- THE TASK -
Output the full set of records exactly.

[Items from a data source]
■ ■ ■ ■ ■

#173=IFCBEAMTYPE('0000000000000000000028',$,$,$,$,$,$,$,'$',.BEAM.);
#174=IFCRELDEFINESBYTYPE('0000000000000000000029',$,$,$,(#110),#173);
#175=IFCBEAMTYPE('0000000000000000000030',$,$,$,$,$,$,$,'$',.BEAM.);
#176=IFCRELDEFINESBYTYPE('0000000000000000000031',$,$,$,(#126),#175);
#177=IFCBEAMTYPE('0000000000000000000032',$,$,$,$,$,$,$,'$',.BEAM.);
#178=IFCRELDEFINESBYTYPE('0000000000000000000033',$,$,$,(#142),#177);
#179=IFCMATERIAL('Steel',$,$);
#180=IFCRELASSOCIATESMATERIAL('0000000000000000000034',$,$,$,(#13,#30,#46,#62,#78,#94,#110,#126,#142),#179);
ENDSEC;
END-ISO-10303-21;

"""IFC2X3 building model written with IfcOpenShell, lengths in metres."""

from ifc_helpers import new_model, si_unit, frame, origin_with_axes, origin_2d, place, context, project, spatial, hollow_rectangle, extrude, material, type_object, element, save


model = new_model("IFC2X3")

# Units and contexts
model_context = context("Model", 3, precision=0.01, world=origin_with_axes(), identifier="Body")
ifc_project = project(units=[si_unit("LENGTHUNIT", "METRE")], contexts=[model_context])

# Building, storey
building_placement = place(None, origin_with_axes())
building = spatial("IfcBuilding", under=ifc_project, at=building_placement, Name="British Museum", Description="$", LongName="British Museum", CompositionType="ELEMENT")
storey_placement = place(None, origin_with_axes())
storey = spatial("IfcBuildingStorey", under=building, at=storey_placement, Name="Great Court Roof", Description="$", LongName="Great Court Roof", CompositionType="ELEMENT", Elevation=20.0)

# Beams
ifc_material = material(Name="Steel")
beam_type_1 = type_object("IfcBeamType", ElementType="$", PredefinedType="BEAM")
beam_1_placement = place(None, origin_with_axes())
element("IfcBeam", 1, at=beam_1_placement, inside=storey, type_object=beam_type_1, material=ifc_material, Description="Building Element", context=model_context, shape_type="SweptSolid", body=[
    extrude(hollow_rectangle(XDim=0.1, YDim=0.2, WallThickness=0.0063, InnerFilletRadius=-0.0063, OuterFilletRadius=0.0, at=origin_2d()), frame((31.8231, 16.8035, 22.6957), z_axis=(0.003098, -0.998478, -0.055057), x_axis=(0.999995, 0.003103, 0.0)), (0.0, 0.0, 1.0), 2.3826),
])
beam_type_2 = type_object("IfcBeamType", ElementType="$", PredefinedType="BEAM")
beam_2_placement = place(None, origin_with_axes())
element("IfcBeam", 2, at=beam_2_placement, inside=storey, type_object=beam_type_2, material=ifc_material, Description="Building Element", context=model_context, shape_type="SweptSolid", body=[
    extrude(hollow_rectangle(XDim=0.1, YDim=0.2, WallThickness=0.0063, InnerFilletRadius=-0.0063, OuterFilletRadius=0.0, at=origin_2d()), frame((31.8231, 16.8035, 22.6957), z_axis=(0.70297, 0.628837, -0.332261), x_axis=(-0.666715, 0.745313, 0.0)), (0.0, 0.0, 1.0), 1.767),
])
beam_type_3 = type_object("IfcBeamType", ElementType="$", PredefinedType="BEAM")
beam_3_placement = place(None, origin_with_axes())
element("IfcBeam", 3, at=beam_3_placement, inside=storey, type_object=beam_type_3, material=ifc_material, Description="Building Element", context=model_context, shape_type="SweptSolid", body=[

■ ■ ■ ■ ■

- YOUR RESPONSE -
#173=IFCBEAMTYPE('0000000000000000000028',$,$,$,$,$,$,$,'$',.BEAM.);
#174=IFCRELDEFINESBYTYPE('0000000000000000000029',$,$,$,(#110),#173);
#175=IFCBEAMTYPE('0000000000000000000030',$,$,$,$,$,$,$,'$',.BEAM.);
#176=IFCRELDEFINESBYTYPE('0000000000000000000031',$,$,$,(#126),#175);
#177=IFCBEAMTYPE('0000000000000000000032',$,$,$,$,$,$,$,'$',.BEAM.);
#178=IFCRELDEFINESBYTYPE('0000000000000000000033',$,$,$,(#142),#177);
#179=IFCMATERIAL('Steel',$,$);
#180=IFCRELASSOCIATESMATERIAL('0000000000000000000034',$,$,$,(#13,#30,#46,#62,#78,#94,#110,#126,#142),#179);
ENDSEC;
END-ISO-10303-21;

"""IFC2X3 building model written with IfcOpenShell, lengths in metres."""

from ifc_helpers import new_model, si_unit, frame, origin_with_axes, origin_2d, place, context, project, spatial, hollow_rectangle, extrude, material, type_object, element, save


model = new_model("IFC2X3")

# Units and contexts
model_context = context("Model", 3, precision=0.01, world=origin_with_axes(), identifier="Body")
ifc_project = project(units=[si_unit("LENGTHUNIT", "METRE")], contexts=[model_context])

# Building, storey
building_placement = place(None, origin_with_axes())
building = spatial("IfcBuilding", under=ifc_project, at=building_placement, Name="British Museum", Description="$", LongName="British Museum", CompositionType="ELEMENT")
storey_placement = place(None, origin_with_axes())
storey = spatial("IfcBuildingStorey", under=building, at=storey_placement, Name="Great Court Roof", Description="$", LongName="Great Court Roof", CompositionType="ELEMENT", Elevation=20.0)

# Beams
ifc_material = material(Name="Steel")
beam_type_1 = type_object("IfcBeamType", ElementType="$", PredefinedType="BEAM")
beam_1_placement = place(None, origin_with_axes())
element("IfcBeam", 1, at=beam_1_placement, inside=storey, type_object=beam_type_1, material=ifc_material, Description="Building Element", context=model_context, shape_type="SweptSolid", body=[
    extrude(hollow_rectangle(XDim=0.1, YDim=0.2, WallThickness=0.0063, InnerFilletRadius=-0.0063, OuterFilletRadius=0.0, at=origin_2d()), frame((31.8231, 16.8035, 22.6957), z_axis=(0.003098, -0.998478, -0.055057), x_axis=(0.999995, 0.003103, 0.0)), (0.0, 0.0, 1.0), 2.3826),
])
beam_type_2 = type_object("IfcBeamType", ElementType="$", PredefinedType="BEAM")
beam_2_placement = place(None, origin_with_axes())
element("IfcBeam", 2, at=beam_2_placement, inside=storey, type_object=beam_type_2, material=ifc_material, Description="Building Element", context=model_context, shape_type="SweptSolid", body=[
    extrude(hollow_rectangle(XDim=0.1, YDim=0.2, WallThickness=0.0063, InnerFilletRadius=-0.0063, OuterFilletRadius=0.0, at=origin_2d()), frame((31.8231, 16.8035, 22.6957), z_axis=(0.70297, 0.628837, -0.332261), x_axis=(-0.666715, 0.745313, 0.0)), (0.0, 0.0, 1.0), 1.767),
])
beam_type_3 = type_object("IfcBeamType", ElementType="$", PredefinedType="BEAM")
beam_3_placement = place(None, origin_with_axes())
element("IfcBeam", 3, at=beam_3_placement, inside=storey, type_object=beam_type_3, material=ifc_material, Description="Building Element", context=model_context, shape_type="SweptSolid", body=[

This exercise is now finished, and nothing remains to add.